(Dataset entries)
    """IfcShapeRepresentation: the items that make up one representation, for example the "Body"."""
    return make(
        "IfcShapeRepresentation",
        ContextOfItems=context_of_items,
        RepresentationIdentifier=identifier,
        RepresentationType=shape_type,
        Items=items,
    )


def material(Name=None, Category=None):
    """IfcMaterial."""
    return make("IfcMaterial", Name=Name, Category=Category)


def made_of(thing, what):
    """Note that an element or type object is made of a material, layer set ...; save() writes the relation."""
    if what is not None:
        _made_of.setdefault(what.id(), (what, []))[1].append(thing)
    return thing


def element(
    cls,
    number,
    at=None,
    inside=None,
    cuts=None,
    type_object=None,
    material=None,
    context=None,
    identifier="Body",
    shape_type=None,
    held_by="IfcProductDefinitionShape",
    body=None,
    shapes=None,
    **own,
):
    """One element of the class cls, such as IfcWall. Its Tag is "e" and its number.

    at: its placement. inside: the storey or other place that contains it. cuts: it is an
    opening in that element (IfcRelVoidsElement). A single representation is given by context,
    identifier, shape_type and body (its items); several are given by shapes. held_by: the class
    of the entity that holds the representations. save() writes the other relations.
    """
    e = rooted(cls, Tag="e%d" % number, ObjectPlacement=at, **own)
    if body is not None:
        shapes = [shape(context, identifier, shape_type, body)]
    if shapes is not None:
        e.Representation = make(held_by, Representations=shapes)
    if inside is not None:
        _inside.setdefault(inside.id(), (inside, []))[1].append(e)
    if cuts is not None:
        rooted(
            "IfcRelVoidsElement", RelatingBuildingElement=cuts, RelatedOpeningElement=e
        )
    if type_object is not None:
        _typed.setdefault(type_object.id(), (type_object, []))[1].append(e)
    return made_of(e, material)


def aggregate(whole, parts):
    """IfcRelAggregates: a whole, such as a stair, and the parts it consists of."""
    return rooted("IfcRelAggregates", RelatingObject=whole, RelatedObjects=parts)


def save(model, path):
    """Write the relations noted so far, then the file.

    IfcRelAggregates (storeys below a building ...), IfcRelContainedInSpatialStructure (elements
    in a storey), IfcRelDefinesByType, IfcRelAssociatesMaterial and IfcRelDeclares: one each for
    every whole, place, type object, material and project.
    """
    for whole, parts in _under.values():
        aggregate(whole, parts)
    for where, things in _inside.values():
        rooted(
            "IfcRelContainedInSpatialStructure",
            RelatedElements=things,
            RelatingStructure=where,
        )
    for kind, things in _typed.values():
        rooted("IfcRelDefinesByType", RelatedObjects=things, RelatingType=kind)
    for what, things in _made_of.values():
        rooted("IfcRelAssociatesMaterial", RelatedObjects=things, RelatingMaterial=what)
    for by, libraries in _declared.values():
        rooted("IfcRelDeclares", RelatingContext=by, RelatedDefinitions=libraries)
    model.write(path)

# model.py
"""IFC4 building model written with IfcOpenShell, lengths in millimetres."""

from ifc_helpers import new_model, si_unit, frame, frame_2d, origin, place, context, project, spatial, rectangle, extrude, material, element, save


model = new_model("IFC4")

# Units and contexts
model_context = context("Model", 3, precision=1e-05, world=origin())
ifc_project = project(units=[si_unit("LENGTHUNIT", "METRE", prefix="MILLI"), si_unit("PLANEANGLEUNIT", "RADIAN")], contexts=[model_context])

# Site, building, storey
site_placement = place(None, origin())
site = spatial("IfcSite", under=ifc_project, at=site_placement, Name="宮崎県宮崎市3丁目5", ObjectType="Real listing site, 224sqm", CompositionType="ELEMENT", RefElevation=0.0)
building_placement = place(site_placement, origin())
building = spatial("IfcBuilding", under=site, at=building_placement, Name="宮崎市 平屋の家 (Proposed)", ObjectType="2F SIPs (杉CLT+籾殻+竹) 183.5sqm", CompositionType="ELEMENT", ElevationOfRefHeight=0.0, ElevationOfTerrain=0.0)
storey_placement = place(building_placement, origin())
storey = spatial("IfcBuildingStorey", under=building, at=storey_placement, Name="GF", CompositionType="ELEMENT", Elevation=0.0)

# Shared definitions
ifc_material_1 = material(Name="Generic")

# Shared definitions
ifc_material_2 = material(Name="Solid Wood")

*Task details*: Write out the entries verbatim, all of them.

*Exercise response*:
    """IfcShapeRepresentation: the items that make up one representation, for example the "Body"."""
    return make(
        "IfcShapeRepresentation",
        ContextOfItems=context_of_items,
        RepresentationIdentifier=identifier,
        RepresentationType=shape_type,
        Items=items,
    )


def material(Name=None, Category=None):
    """IfcMaterial."""
    return make("IfcMaterial", Name=Name, Category=Category)


def made_of(thing, what):
    """Note that an element or type object is made of a material, layer set ...; save() writes the relation."""
    if what is not None:
        _made_of.setdefault(what.id(), (what, []))[1].append(thing)
    return thing


def element(
    cls,
    number,
    at=None,
    inside=None,
    cuts=None,
    type_object=None,
    material=None,
    context=None,
    identifier="Body",
    shape_type=None,
    held_by="IfcProductDefinitionShape",
    body=None,
    shapes=None,
    **own,
):
    """One element of the class cls, such as IfcWall. Its Tag is "e" and its number.

    at: its placement. inside: the storey or other place that contains it. cuts: it is an
    opening in that element (IfcRelVoidsElement). A single representation is given by context,
    identifier, shape_type and body (its items); several are given by shapes. held_by: the class
    of the entity that holds the representations. save() writes the other relations.
    """
    e = rooted(cls, Tag="e%d" % number, ObjectPlacement=at, **own)
    if body is not None:
        shapes = [shape(context, identifier, shape_type, body)]
    if shapes is not None:
        e.Representation = make(held_by, Representations=shapes)
    if inside is not None:
        _inside.setdefault(inside.id(), (inside, []))[1].append(e)
    if cuts is not None:
        rooted(
            "IfcRelVoidsElement", RelatingBuildingElement=cuts, RelatedOpeningElement=e
        )
    if type_object is not None:
        _typed.setdefault(type_object.id(), (type_object, []))[1].append(e)
    return made_of(e, material)


def aggregate(whole, parts):
    """IfcRelAggregates: a whole, such as a stair, and the parts it consists of."""
    return rooted("IfcRelAggregates", RelatingObject=whole, RelatedObjects=parts)


def save(model, path):
    """Write the relations noted so far, then the file.

    IfcRelAggregates (storeys below a building ...), IfcRelContainedInSpatialStructure (elements
    in a storey), IfcRelDefinesByType, IfcRelAssociatesMaterial and IfcRelDeclares: one each for
    every whole, place, type object, material and project.
    """
    for whole, parts in _under.values():
        aggregate(whole, parts)
    for where, things in _inside.values():
        rooted(
            "IfcRelContainedInSpatialStructure",
            RelatedElements=things,
            RelatingStructure=where,
        )
    for kind, things in _typed.values():
        rooted("IfcRelDefinesByType", RelatedObjects=things, RelatingType=kind)
    for what, things in _made_of.values():
        rooted("IfcRelAssociatesMaterial", RelatedObjects=things, RelatingMaterial=what)
    for by, libraries in _declared.values():
        rooted("IfcRelDeclares", RelatingContext=by, RelatedDefinitions=libraries)
    model.write(path)

# model.py
"""IFC4 building model written with IfcOpenShell, lengths in millimetres."""

from ifc_helpers import new_model, si_unit, frame, frame_2d, origin, place, context, project, spatial, rectangle, extrude, material, element, save


model = new_model("IFC4")

# Units and contexts
model_context = context("Model", 3, precision=1e-05, world=origin())
ifc_project = project(units=[si_unit("LENGTHUNIT", "METRE", prefix="MILLI"), si_unit("PLANEANGLEUNIT", "RADIAN")], contexts=[model_context])

# Site, building, storey
site_placement = place(None, origin())
site = spatial("IfcSite", under=ifc_project, at=site_placement, Name="宮崎県宮崎市3丁目5", ObjectType="Real listing site, 224sqm", CompositionType="ELEMENT", RefElevation=0.0)
building_placement = place(site_placement, origin())
building = spatial("IfcBuilding", under=site, at=building_placement, Name="宮崎市 平屋の家 (Proposed)", ObjectType="2F SIPs (杉CLT+籾殻+竹) 183.5sqm", CompositionType="ELEMENT", ElevationOfRefHeight=0.0, ElevationOfTerrain=0.0)
storey_placement = place(building_placement, origin())
storey = spatial("IfcBuildingStorey", under=building, at=storey_placement, Name="GF", CompositionType="ELEMENT", Elevation=0.0)

# Shared definitions
ifc_material_1 = material(Name="Generic")

# Shared definitions
ifc_material_2 = material(Name="Solid Wood")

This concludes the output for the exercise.